Quoted for truth - and if you aren't paying your share of healthcare costs, that means I'm paying for your share out of my taxes.
No thank you.
The ideological crux. I could tell you that the British public view this very differently, but I won't because that will only deepen the ideological divide.
Instead I'll say this - you do pay for other peoples healthcare everyday. Your premiums, hospital charges and drug charges cost what they do because many many Americans do not pay for the full cost, or perhaps any cost, of their treatment. Hospitals factor in people who can't pay, as do drug companies as highlighted above. But as you say somebody pays.
There are a lot of people like me in America. The only way I will ever be able to pay the full costs of my lifetime medical care needs is if I write something as successful as Harry Potter. In the next thirty years I could need three major organs transplanted. That's the downside of treating people like me with basic things like antibiotics - we live longer and cost more in the long run.

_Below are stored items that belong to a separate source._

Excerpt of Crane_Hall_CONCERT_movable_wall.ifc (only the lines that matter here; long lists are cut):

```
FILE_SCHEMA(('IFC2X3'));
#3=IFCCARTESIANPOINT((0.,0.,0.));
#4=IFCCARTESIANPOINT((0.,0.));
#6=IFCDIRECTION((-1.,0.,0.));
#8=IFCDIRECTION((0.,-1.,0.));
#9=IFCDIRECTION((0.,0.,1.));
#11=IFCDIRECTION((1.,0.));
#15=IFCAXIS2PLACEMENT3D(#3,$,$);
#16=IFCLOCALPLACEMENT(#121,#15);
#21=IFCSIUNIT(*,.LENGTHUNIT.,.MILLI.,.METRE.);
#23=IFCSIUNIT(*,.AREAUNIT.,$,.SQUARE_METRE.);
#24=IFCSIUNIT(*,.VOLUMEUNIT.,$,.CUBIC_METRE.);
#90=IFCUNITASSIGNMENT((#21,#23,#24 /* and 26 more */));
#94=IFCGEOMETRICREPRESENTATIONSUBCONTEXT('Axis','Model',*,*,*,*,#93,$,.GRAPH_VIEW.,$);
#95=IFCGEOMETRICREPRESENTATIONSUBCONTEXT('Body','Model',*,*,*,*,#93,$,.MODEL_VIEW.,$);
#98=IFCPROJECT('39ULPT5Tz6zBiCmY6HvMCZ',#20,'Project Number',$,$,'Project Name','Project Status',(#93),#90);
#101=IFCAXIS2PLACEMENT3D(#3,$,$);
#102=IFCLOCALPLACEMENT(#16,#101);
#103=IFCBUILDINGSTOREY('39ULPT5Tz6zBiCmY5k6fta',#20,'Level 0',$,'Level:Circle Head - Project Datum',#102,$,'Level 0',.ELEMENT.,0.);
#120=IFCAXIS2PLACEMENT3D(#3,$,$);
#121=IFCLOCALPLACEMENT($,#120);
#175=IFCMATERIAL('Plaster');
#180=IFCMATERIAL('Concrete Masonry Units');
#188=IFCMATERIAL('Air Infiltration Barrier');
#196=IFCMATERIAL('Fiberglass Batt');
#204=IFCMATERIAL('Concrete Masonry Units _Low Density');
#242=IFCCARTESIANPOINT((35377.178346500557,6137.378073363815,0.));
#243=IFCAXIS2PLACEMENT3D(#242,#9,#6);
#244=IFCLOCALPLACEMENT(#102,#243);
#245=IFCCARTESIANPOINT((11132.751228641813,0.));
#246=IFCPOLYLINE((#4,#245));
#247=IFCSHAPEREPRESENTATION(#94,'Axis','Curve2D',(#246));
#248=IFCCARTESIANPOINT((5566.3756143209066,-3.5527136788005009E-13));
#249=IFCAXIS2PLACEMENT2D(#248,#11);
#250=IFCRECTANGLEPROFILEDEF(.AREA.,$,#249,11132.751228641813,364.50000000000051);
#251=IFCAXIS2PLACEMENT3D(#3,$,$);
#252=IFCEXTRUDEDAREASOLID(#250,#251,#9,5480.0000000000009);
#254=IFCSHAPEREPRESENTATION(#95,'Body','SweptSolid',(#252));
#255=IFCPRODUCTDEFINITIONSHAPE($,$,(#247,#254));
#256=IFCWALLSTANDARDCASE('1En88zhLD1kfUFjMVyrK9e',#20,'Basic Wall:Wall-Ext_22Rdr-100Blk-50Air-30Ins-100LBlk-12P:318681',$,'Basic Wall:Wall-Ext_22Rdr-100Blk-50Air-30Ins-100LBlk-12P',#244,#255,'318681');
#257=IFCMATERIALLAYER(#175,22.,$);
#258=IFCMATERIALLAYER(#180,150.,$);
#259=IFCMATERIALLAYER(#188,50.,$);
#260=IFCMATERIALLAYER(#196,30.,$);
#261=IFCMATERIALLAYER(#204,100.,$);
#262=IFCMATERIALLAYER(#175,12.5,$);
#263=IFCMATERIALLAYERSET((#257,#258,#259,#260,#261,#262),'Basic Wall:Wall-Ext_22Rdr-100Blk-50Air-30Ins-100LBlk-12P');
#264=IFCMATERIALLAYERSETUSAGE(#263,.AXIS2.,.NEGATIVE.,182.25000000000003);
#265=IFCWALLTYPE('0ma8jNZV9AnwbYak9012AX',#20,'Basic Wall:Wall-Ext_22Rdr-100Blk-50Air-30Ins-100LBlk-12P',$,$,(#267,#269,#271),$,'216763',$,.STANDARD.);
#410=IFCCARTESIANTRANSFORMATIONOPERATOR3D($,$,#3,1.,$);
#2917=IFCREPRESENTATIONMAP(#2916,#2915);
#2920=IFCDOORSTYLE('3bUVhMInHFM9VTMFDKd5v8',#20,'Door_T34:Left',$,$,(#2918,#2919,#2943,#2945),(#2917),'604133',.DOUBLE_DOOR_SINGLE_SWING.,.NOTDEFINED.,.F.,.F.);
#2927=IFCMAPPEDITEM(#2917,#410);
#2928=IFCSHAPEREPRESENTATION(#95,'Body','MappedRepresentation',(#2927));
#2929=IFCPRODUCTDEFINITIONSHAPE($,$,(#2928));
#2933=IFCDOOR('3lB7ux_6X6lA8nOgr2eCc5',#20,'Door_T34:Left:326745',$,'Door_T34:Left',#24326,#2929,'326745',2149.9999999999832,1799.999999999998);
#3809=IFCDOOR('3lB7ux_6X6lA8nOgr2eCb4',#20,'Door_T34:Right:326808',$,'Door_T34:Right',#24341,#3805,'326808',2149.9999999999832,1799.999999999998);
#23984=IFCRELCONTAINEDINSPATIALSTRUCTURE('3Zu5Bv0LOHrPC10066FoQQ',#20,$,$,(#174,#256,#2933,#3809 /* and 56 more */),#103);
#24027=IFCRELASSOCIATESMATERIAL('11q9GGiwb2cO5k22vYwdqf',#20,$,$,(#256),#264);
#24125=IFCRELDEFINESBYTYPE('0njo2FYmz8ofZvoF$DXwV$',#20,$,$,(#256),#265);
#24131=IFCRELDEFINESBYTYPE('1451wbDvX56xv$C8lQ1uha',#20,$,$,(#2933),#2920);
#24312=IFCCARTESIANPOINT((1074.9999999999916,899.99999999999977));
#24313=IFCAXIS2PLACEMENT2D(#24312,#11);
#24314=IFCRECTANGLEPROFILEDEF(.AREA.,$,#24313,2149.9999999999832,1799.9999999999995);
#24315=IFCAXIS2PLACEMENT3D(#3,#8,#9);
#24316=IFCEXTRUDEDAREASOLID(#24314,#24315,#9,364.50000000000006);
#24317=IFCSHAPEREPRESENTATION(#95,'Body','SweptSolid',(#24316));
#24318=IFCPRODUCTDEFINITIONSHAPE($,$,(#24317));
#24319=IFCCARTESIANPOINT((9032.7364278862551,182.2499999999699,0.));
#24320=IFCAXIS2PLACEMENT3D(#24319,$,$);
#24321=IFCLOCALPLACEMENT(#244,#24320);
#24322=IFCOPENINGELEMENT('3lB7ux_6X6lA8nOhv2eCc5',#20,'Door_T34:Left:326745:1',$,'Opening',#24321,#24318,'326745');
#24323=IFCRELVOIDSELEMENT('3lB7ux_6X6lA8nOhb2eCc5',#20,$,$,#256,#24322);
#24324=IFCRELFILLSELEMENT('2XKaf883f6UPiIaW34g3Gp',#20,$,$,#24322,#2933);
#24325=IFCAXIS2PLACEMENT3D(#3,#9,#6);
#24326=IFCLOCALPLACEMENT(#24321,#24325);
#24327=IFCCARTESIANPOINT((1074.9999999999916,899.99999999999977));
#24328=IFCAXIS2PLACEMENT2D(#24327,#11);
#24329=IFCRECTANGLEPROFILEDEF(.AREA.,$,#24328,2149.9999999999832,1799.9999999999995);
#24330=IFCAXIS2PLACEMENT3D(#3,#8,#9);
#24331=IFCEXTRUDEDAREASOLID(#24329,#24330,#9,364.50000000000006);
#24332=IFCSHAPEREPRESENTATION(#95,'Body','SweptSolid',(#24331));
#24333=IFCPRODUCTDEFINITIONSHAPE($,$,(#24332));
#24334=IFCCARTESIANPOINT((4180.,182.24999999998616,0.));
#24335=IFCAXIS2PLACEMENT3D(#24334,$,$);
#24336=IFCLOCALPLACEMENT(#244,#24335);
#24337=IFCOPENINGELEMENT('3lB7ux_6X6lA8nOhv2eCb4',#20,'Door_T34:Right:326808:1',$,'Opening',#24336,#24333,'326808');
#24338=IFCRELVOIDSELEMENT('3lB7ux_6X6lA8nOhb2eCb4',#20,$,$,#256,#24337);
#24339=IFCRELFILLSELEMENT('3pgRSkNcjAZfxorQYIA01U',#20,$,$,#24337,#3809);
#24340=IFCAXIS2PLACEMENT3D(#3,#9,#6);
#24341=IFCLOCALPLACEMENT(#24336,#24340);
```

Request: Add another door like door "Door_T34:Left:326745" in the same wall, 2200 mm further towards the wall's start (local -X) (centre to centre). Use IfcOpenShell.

```python
import ifcopenshell
import ifcopenshell.api.feature
import ifcopenshell.api.geometry
import ifcopenshell.api.root
import ifcopenshell.geom
import ifcopenshell.util.element
import ifcopenshell.util.placement
import ifcopenshell.util.shape

model = ifcopenshell.open("Crane_Hall_CONCERT_movable_wall.ifc")
settings = ifcopenshell.geom.settings()


def volume(element):
    """Net volume in cubic metres, openings subtracted."""
    shape = ifcopenshell.geom.create_shape(settings, element)
    return ifcopenshell.util.shape.get_volume(shape.geometry)


def reuse_history(source, copy):
    """copy_class also copies each property set's owner history, people and application; keep the originals."""
    for rel in copy.IsDefinedBy:
        if rel.is_a("IfcRelDefinesByProperties") and (history := rel.RelatingPropertyDefinition.OwnerHistory):
            rel.RelatingPropertyDefinition.OwnerHistory = source.OwnerHistory
            ifcopenshell.util.element.remove_deep2(model, history)


door = model.by_guid("3lB7ux_6X6lA8nOgr2eCc5")
opening = door.FillsVoids[0].RelatingOpeningElement
wall = opening.VoidsElements[0].RelatingBuildingElement
before = volume(wall)
shift = ifcopenshell.util.placement.get_local_placement(wall.ObjectPlacement)[:3, 0] * -2200.0

# copy_class copies the void relationship, type, container and properties, but no geometry.
new_opening = ifcopenshell.api.root.copy_class(model, product=opening)
new_opening.Representation = ifcopenshell.util.element.copy_deep(
    model, opening.Representation, exclude=["IfcGeometricRepresentationContext", "IfcRepresentationMap"]
)
new_opening.Name = "Door_T34:Left"
new_opening.Tag = None
new_door = ifcopenshell.api.root.copy_class(model, product=door)
new_door.Representation = ifcopenshell.util.element.copy_deep(
    model, door.Representation, exclude=["IfcGeometricRepresentationContext", "IfcRepresentationMap"]
)
new_door.Name = "Door_T34:Left"
new_door.Tag = None
reuse_history(door, new_door)
fills = ifcopenshell.api.feature.add_filling(model, opening=new_opening, element=new_door)
fills.OwnerHistory = new_door.OwnerHistory  # required in IFC2X3

for old, new in ((opening, new_opening), (door, new_door)):
    matrix = ifcopenshell.util.placement.get_local_placement(old.ObjectPlacement)
    matrix[:3, 3] += shift
    ifcopenshell.api.geometry.edit_object_placement(model, product=new, matrix=matrix, is_si=False)

after = volume(wall)

print(f"wall volume {before:.3f} -> {after:.3f} m3")

model.write("Crane_Hall_CONCERT_movable_wall_v2.ifc")
```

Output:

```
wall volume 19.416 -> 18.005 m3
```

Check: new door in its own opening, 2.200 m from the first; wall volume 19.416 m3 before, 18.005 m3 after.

No-one seems to want to address the problem of those who have large medical needs they cannot afford, I suggested that we do on the previous page and no-one has. Could I keep going back to a specialist unit to get arguably non-absolutely-essential drugs, routine check-ups and scans - when that hospital knows that I cannot pay?
I'm afraid your system doesn't match up to the ideological purity test, and mine certainly doesn't. (This next statement will draw the flamers...) So the only thing I am concerned about after that is which one does better for those who live in the real world of lifelong disease and large, regular, medical needs.
I'm still not sure that either is better, but neither is 'pure', and I have a feeling that each screws over someone badly.